Report all lines in the records that hold the string "True".

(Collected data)
□ □ □ □ □ □ □
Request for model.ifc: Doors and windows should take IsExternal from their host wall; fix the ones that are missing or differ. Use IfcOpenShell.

First a look at what the model holds.

```python
import ifcopenshell
import ifcopenshell.util.element

model = ifcopenshell.open("model.ifc")
print(model.schema)
seen = {}
for e in model.by_type("IfcDoor") + model.by_type("IfcWindow"):
    if not e.FillsVoids:
        continue
    host = e.FillsVoids[0].RelatingOpeningElement.VoidsElements[0].RelatingBuildingElement
    own = ifcopenshell.util.element.get_pset(e, f"Pset_{e.is_a()[3:].removesuffix('StandardCase')}Common", "IsExternal")
    wall = ifcopenshell.util.element.get_pset(host, "Pset_WallCommon", "IsExternal")
    seen[e.is_a(), own, wall] = seen.get((e.is_a(), own, wall), 0) + 1
for (cls, own, wall), count in sorted(seen.items(), key=str):
    print(count, cls, "IsExternal:", own, "| host wall:", wall)
```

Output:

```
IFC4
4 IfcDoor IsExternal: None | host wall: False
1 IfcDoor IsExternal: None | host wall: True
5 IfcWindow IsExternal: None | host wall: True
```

```python
import ifcopenshell
import ifcopenshell.api.pset
import ifcopenshell.util.element

model = ifcopenshell.open("model.ifc")

count = 0
for ifc_class, pset_name in (("IfcDoor", "Pset_DoorCommon"), ("IfcWindow", "Pset_WindowCommon")):
    for e in model.by_type(ifc_class):
        if not e.FillsVoids:
            continue
        host = e.FillsVoids[0].RelatingOpeningElement.VoidsElements[0].RelatingBuildingElement
        external = ifcopenshell.util.element.get_pset(host, "Pset_WallCommon", "IsExternal")
        if external is None or ifcopenshell.util.element.get_pset(e, pset_name, "IsExternal") == external:
            continue
        pset = ifcopenshell.api.pset.add_pset(model, product=e, name=pset_name)
        ifcopenshell.api.pset.edit_pset(model, pset=pset, properties={"IsExternal": external})
        count += 1

print(count, "updated")

model.write("model_v2.ifc")
```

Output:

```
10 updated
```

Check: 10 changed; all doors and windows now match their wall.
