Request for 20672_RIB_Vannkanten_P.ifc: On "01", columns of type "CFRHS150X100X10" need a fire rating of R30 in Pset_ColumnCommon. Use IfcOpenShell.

First a look at what the model holds.

```python
import ifcopenshell
import ifcopenshell.util.element

model = ifcopenshell.open("20672_RIB_Vannkanten_P.ifc")
print(model.schema)
storey = next(s for s in model.by_type("IfcBuildingStorey") if s.Name == "01")
columns = [e for e in ifcopenshell.util.element.get_decomposition(storey) if e.is_a("IfcColumn")]
seen = {}
for e in columns:
    element_type = ifcopenshell.util.element.get_type(e)
    key = (element_type.Name if element_type != e and element_type else None, ifcopenshell.util.element.get_pset(e, "Pset_ColumnCommon", "FireRating"))
    seen[key] = seen.get(key, 0) + 1
for (name, value), count in sorted(seen.items(), key=str):
    print(count, "x", name, "|", value)
```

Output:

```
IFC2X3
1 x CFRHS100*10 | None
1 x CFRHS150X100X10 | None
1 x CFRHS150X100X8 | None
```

```python
import ifcopenshell
import ifcopenshell.api.pset
import ifcopenshell.util.element

model = ifcopenshell.open("20672_RIB_Vannkanten_P.ifc")

storey = next(s for s in model.by_type("IfcBuildingStorey") if s.Name == "01")
columns = [e for e in ifcopenshell.util.element.get_decomposition(storey) if e.is_a("IfcColumn")]

count = 0
for e in columns:
    element_type = ifcopenshell.util.element.get_type(e)
    if element_type in (None, e) or element_type.Name != "CFRHS150X100X10":
        continue
    # add_pset returns the element's existing set when there is one.
    pset = ifcopenshell.api.pset.add_pset(model, product=e, name="Pset_ColumnCommon")
    ifcopenshell.api.pset.edit_pset(model, pset=pset, properties={"FireRating": "R30"})
    count += 1

print(count, "columns updated")

model.write("20672_RIB_Vannkanten_P_edited.ifc")
```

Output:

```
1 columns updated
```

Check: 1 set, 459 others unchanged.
□ □ □ □ □ □ □
→ **Output for this task**:
1 IfcDoor IsExternal: None | host wall: True
5 IfcWindow IsExternal: None | host wall: True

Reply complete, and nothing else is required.